The company - chaired by former All Black Bill Osborne - is promising to detail its 3G challenge to industry giants Telecom and Vodafone before the end of the year.
The new stakeholder is Trilogy International Partners, which has a background building networks in South America. It has bought into the company through a merger with Econet Wireless, the South African company that formed NZ Communications with the Hautaki Trust and its Crown-allocated Maori frequencies.
Osborne would not indicate the launch date or the marketing approach but said New Zealanders spent a comparatively small amount of time on voice communications, suggesting there was room for another player.
The company has been building its network in Auckland, Christchurch and Wellington and has signed deals to link into the Vodafone network temporarily until the network reached the entire country by 2011.

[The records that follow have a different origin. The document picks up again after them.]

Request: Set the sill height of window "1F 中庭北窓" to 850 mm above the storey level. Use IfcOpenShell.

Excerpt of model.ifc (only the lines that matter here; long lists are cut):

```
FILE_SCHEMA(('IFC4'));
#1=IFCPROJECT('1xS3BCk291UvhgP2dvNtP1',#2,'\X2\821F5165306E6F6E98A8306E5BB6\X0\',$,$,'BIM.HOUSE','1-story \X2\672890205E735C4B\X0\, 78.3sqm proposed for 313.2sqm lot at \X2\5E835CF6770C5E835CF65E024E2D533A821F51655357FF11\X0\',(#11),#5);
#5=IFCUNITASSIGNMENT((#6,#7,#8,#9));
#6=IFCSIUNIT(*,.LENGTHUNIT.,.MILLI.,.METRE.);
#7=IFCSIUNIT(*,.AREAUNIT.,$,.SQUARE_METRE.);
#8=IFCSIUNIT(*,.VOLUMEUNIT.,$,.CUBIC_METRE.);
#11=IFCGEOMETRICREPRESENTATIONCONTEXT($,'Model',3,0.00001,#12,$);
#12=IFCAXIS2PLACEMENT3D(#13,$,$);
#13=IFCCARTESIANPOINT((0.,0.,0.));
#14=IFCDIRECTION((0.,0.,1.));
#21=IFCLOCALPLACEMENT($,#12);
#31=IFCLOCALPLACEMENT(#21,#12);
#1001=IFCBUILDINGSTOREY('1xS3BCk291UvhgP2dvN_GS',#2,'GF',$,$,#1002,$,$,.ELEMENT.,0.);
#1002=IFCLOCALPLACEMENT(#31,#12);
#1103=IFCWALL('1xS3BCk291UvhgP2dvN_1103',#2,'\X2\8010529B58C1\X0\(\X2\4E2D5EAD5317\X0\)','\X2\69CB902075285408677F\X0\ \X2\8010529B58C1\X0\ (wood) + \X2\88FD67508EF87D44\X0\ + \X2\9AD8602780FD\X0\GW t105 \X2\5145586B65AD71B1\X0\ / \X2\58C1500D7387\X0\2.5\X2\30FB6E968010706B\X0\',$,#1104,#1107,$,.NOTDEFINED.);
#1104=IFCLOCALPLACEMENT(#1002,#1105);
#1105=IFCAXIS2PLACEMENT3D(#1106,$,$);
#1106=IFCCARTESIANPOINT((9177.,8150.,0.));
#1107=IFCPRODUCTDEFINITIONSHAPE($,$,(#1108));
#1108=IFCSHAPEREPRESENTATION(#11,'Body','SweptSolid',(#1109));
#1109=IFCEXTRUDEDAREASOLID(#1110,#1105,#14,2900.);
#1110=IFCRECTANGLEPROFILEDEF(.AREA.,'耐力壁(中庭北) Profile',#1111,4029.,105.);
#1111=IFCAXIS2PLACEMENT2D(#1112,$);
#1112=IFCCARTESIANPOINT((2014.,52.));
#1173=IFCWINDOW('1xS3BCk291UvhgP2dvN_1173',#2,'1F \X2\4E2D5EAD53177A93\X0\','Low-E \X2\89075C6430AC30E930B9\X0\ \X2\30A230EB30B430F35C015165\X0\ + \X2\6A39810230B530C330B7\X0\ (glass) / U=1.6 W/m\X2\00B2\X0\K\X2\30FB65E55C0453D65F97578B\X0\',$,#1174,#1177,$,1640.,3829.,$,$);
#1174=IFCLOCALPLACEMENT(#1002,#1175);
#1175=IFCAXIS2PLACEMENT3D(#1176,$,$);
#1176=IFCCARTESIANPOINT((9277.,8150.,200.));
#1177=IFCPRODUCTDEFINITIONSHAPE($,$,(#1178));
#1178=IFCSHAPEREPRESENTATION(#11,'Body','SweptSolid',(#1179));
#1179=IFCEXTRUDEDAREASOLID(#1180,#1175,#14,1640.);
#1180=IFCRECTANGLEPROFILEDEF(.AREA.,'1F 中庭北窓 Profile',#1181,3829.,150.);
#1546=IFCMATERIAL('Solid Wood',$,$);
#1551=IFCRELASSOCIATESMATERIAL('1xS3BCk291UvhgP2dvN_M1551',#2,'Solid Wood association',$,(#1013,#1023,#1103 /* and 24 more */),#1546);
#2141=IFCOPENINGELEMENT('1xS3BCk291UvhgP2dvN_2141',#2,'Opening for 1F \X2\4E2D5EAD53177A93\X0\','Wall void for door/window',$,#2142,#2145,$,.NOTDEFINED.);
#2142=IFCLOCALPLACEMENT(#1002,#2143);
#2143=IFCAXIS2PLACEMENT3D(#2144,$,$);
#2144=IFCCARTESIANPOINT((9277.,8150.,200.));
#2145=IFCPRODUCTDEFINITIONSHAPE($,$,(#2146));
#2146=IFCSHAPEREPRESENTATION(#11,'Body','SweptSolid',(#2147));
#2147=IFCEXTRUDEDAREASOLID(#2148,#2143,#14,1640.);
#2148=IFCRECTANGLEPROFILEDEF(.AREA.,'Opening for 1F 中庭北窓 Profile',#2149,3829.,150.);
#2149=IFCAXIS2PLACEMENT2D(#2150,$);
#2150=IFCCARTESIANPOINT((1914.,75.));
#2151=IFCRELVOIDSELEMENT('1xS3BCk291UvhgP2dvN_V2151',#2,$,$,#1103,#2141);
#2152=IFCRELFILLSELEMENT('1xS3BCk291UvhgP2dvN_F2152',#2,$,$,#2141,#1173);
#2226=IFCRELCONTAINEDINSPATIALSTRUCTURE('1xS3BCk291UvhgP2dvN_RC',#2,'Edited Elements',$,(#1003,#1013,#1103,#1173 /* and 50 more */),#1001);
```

```python
import numpy as np
import ifcopenshell
import ifcopenshell.api.geometry
import ifcopenshell.geom
import ifcopenshell.util.element
import ifcopenshell.util.placement
import ifcopenshell.util.shape
import ifcopenshell.util.unit

model = ifcopenshell.open("model.ifc")
unit_scale = ifcopenshell.util.unit.calculate_unit_scale(model)

window = model.by_guid("1xS3BCk291UvhgP2dvN_1173")
opening = window.FillsVoids[0].RelatingOpeningElement
storey = ifcopenshell.util.element.get_container(window, ifc_class="IfcBuildingStorey")
level = ifcopenshell.util.placement.get_local_placement(storey.ObjectPlacement)[2, 3]

# The opening's origin need not be at the sill, so measure its lowest point.
shape = ifcopenshell.geom.create_shape(ifcopenshell.geom.settings(), opening)
bottom = ifcopenshell.util.shape.get_shape_bottom_elevation(shape, shape.geometry) / unit_scale
dz = level + 0.85 / unit_scale - bottom

shift = np.array([0.0, 0.0, dz])
# The window is not placed relative to its opening, so move both.
for product in (opening, window):
    matrix = ifcopenshell.util.placement.get_local_placement(product.ObjectPlacement)
    matrix[:3, 3] += shift
    ifcopenshell.api.geometry.edit_object_placement(model, product=product, matrix=matrix, is_si=False)

print(f"moved by {dz * unit_scale:+.3f} m")

model.write("model_v2.ifc")
```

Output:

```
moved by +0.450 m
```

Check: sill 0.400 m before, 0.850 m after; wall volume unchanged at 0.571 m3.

Osborne said NZ Communications did not expect to be on the same scale as Vodafone or Telecom, which have respectively 55 per cent and 45 per cent of the mobile market.
Telecom spokesman Nick Brown said: "Our focus remains firmly on providing great value mobile products and services for our customers, and we have some exciting things on the horizon including a new mobile network launching in November."
But New Zealand Communications and its 3G mobile phone network is likely to be marketing to new customers at the same time.
Telecom is trying to attract its clients over to its upgraded 3G network, lamenting in its half-year results that the delay has allowed its share of mobile customers to fall.
Other investors in New Zealand Communications are Hong Kong's General Enterprise Management, which owns 25 per cent, London's Communication Venture Partners, 25 per cent, and Maori investors Hautaki Trust, which has 16 per cent with the right to move to 20. Other business partners hold 5 per cent.